In case of foodborne illness, the diagnosis of B. cereus can be confirmed by the isolation of more than 100,000 B. cereus organisms per gram from epidemiologically implicated food, but such testing is often not done because the illness is relatively harmless and usually self-limiting.

=== Prognosis ===
Most emetic patients recover within 6 to 24 hours, but in some cases, the toxin can be fatal via fulminant hepatic failure. In 2014, 23 newborns in the UK receiving total parenteral nutrition contaminated with B. cereus developed sepsis, with three of the infants later dying as a result of infection.

=== Prevention ===
While B. cereus vegetative cells are killed during normal cooking, spores are more resistant. Viable spores in food can become vegetative cells in the intestines and produce a range of diarrheal enterotoxins, so elimination of spores is desirable. In wet heat (poaching, simmering, boiling, braising, stewing, pot roasting, steaming), spores require more than 5 minutes at 121 C at the coldest spot to be destroyed. In dry heat (grilling, broiling, baking, roasting, searing, sautéing), 120 C for 1 hour kills all spores on the exposed surface. This process of eliminating spores is very important, as spores of B. cereus are particularly resistant, even after pasteurization or exposure to gamma rays.

B. cereus and other members of Bacillus are not easily killed by alcohol; they have been known to colonize distilled liquors and alcohol-soaked swabs and pads in numbers sufficient to cause infection.

A study of an isolate of Bacillus cereus that was isolated from the stomach of a sheep was shown to be able to break down β-cypermethrin (β-CY) which has been known to be an antimicrobial agent. This strain, known as GW-01, can break down β-CY at a significant rate when the bacterial cells are in high concentrations relative to the antimicrobial agent. It has also been noted that the ability to break down β-CY is inducible. However, as the concentration of β-CY increases, the rate of β-CY degradation decreases. This suggests that the agent also functions as a toxin against the GW-01 strain. This is significant as it shows that in the right concentrations, β-CY can be used as an antimicrobial agent against Bacillus cereus.

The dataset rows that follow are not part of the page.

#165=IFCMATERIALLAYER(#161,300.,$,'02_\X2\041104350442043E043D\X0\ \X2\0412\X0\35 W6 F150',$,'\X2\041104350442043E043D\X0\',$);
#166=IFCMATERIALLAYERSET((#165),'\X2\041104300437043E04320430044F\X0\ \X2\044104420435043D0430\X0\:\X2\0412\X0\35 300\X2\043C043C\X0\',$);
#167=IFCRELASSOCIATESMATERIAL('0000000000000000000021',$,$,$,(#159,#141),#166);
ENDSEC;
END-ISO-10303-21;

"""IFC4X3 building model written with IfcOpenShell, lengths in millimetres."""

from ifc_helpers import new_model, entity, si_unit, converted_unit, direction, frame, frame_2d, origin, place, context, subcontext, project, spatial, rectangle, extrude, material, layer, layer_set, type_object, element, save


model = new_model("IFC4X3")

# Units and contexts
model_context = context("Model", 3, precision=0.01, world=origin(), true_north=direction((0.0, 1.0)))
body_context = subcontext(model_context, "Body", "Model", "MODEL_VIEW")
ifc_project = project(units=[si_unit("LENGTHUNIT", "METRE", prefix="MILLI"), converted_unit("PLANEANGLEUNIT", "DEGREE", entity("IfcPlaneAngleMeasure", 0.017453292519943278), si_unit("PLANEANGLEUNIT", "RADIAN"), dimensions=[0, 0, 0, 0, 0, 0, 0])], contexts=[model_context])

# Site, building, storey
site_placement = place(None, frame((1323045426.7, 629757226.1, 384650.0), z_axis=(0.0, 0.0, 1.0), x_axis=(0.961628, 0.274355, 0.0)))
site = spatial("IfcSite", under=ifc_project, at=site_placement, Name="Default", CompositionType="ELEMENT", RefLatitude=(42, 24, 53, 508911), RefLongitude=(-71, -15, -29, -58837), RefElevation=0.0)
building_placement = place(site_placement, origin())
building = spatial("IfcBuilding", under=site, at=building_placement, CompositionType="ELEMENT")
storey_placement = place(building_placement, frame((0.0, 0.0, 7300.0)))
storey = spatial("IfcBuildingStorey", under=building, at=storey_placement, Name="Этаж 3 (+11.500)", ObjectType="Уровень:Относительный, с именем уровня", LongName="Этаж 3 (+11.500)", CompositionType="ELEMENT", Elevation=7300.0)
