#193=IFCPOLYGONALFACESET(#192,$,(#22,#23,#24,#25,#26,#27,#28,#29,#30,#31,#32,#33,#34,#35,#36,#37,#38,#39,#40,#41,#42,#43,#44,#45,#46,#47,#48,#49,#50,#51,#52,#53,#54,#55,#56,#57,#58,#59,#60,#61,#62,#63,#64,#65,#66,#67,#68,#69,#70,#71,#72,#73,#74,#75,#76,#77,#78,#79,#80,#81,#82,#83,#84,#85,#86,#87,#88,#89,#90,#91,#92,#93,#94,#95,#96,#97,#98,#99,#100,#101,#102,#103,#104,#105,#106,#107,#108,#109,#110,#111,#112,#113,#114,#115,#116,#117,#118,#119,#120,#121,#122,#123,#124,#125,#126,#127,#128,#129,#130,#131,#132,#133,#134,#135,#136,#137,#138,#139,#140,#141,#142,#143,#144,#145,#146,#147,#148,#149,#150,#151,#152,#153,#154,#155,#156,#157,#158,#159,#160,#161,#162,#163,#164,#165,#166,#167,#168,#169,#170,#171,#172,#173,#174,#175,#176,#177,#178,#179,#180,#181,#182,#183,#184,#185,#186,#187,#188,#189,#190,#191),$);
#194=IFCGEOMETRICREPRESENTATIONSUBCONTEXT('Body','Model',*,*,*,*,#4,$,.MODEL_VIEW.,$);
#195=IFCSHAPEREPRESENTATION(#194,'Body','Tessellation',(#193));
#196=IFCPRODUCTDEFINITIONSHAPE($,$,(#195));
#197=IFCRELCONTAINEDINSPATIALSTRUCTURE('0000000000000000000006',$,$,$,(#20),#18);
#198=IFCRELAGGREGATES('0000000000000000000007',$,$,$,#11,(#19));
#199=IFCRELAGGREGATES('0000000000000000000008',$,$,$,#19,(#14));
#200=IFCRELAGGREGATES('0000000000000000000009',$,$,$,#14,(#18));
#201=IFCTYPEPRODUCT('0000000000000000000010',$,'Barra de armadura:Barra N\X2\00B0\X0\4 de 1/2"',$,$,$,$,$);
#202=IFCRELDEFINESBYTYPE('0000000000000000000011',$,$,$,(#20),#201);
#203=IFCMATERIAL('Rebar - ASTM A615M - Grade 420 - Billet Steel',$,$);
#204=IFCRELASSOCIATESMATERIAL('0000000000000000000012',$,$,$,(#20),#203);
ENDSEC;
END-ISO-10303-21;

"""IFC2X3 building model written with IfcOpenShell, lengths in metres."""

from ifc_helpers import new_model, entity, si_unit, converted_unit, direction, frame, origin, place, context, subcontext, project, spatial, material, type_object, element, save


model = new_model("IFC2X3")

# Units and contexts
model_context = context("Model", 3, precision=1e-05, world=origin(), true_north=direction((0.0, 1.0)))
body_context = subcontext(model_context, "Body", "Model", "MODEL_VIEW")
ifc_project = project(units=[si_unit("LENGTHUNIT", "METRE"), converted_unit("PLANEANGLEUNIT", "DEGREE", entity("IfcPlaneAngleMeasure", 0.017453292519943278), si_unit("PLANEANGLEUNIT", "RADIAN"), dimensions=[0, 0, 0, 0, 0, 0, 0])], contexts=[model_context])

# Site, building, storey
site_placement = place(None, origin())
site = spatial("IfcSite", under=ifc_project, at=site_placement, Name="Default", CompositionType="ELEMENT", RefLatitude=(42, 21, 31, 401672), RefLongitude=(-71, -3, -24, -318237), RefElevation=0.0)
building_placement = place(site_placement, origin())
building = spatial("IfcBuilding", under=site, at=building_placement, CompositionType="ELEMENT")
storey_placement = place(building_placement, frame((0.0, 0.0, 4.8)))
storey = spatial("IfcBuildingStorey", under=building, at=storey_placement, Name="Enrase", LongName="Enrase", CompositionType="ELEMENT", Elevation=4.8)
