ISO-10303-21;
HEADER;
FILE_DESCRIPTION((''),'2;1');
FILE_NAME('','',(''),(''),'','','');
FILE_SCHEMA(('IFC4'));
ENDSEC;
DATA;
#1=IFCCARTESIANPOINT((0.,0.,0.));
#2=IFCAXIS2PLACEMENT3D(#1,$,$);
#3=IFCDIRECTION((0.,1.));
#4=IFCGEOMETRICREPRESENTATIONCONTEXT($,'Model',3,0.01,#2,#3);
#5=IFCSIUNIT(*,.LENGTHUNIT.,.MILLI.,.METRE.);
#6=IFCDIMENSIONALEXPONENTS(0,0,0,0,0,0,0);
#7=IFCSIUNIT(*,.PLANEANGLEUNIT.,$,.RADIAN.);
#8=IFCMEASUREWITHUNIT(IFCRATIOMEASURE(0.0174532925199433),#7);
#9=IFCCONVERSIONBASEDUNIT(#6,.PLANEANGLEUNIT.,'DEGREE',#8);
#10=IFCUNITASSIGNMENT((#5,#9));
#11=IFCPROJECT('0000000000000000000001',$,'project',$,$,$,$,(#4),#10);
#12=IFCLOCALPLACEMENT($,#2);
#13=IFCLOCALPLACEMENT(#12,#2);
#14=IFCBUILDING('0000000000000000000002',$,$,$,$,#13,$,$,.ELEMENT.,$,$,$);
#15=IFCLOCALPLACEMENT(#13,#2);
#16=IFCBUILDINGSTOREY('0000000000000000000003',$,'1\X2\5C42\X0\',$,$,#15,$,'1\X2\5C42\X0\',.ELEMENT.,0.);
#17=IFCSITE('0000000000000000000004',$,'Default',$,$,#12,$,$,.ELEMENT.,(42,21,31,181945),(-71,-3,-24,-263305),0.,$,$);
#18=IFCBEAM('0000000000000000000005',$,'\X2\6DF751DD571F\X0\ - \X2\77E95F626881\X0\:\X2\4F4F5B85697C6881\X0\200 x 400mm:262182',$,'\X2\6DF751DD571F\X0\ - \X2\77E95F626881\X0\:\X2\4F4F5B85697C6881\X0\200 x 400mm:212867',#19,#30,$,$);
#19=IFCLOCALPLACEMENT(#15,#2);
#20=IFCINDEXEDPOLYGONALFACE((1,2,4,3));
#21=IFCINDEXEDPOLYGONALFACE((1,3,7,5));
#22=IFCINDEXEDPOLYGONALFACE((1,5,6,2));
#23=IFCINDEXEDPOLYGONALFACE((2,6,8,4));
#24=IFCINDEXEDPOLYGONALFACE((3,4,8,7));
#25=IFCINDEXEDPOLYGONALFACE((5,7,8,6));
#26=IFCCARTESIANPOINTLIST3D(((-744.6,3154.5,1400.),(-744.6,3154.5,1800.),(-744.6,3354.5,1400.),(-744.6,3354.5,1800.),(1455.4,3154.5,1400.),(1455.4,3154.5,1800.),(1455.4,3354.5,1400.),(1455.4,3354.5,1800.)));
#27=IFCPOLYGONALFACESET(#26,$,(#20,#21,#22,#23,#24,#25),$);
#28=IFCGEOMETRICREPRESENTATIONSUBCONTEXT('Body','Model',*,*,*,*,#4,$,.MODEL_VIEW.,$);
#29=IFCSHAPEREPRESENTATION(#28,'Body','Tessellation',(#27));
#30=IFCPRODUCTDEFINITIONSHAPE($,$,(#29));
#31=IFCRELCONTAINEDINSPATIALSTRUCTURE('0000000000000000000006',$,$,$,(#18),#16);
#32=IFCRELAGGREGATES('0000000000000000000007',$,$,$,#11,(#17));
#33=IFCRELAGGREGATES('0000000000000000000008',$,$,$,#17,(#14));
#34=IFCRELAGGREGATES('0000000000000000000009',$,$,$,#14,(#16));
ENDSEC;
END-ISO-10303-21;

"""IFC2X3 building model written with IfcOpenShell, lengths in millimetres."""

from ifc_helpers import new_model, entity, si_unit, converted_unit, direction, frame, frame_2d, origin, place, context, subcontext, project, spatial, rectangle, extrude, element, save


model = new_model("IFC2X3")

# Units and contexts
model_context = context("Model", 3, precision=0.01, world=origin(), true_north=direction((0.0, 1.0)))
body_context = subcontext(model_context, "Body", "Model", "MODEL_VIEW")
ifc_project = project(units=[si_unit("LENGTHUNIT", "METRE", prefix="MILLI"), converted_unit("PLANEANGLEUNIT", "DEGREE", entity("IfcRatioMeasure", 0.0174532925199433), si_unit("PLANEANGLEUNIT", "RADIAN"), dimensions=[0, 0, 0, 0, 0, 0, 0])], contexts=[model_context])

# Site, building, storey
site_placement = place(None, origin())
site = spatial("IfcSite", under=ifc_project, at=site_placement, Name="Default", CompositionType="ELEMENT", RefLatitude=(42, 21, 31, 181945), RefLongitude=(-71, -3, -24, -263305), RefElevation=0.0)
building_placement = place(site_placement, origin())
building = spatial("IfcBuilding", under=site, at=building_placement, CompositionType="ELEMENT")
storey_placement = place(building_placement, origin())
storey = spatial("IfcBuildingStorey", under=building, at=storey_placement, Name="1层", LongName="1层", CompositionType="ELEMENT", Elevation=0.0)

# Beam
beam_1_placement = place(storey_placement, frame((-944.6, 3254.5, 0.0)))
element("IfcBeam", 1, at=beam_1_placement, inside=storey, Name="混凝土 - 矩形梁:住宅楼梁200 x 400mm:262182", ObjectType="混凝土 - 矩形梁:住宅楼梁200 x 400mm:212867", context=body_context, shape_type="SweptSolid", body=[
    extrude(rectangle(XDim=400.0, YDim=200.0, at=frame_2d((0.0, 0.0), x_axis=(1.0, 0.0))), frame((200.0, 0.0, 1600.0), z_axis=(1.0, 0.0, 0.0), x_axis=(0.0, 0.0, -1.0)), (0.0, 0.0, 1.0), 2200.0),
])

save(model, "model.ifc")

==Diseases in aquatic animals==
Bacillus cereus group bacteria, notably B. cereus and B. thuringiensis, are also pathogenic to multiple aquatic organisms including Chinese softshell turtle (Pelodiscus sinensis), causing infection characterized by gross lesions such as hepatic congestion and enlarged spleen with high mortality.

== Bacteriophages ==
Bacteria of the B. cereus group are infected by bacteriophages belonging to the family Tectiviridae. This family includes tailless phages that have a lipid membrane or vesicle beneath the icosahedral protein shell and that are formed of approximately equal amounts of virus-encoded proteins and lipids derived from the host cell's plasma membrane. Upon infection, the lipid membrane becomes a tail-like structure used in genome delivery. The genome is composed of about 15-kilobase, linear, double-stranded DNA (dsDNA) with long, inverted terminal-repeat sequences (100 base pairs). GIL01, Bam35, GIL16, AP50, and Wip1 are examples of temperate tectiviruses infecting the B. cereus group. Bacteriophage PBC1 is an exampled of a tailed virus that infects B. cereus.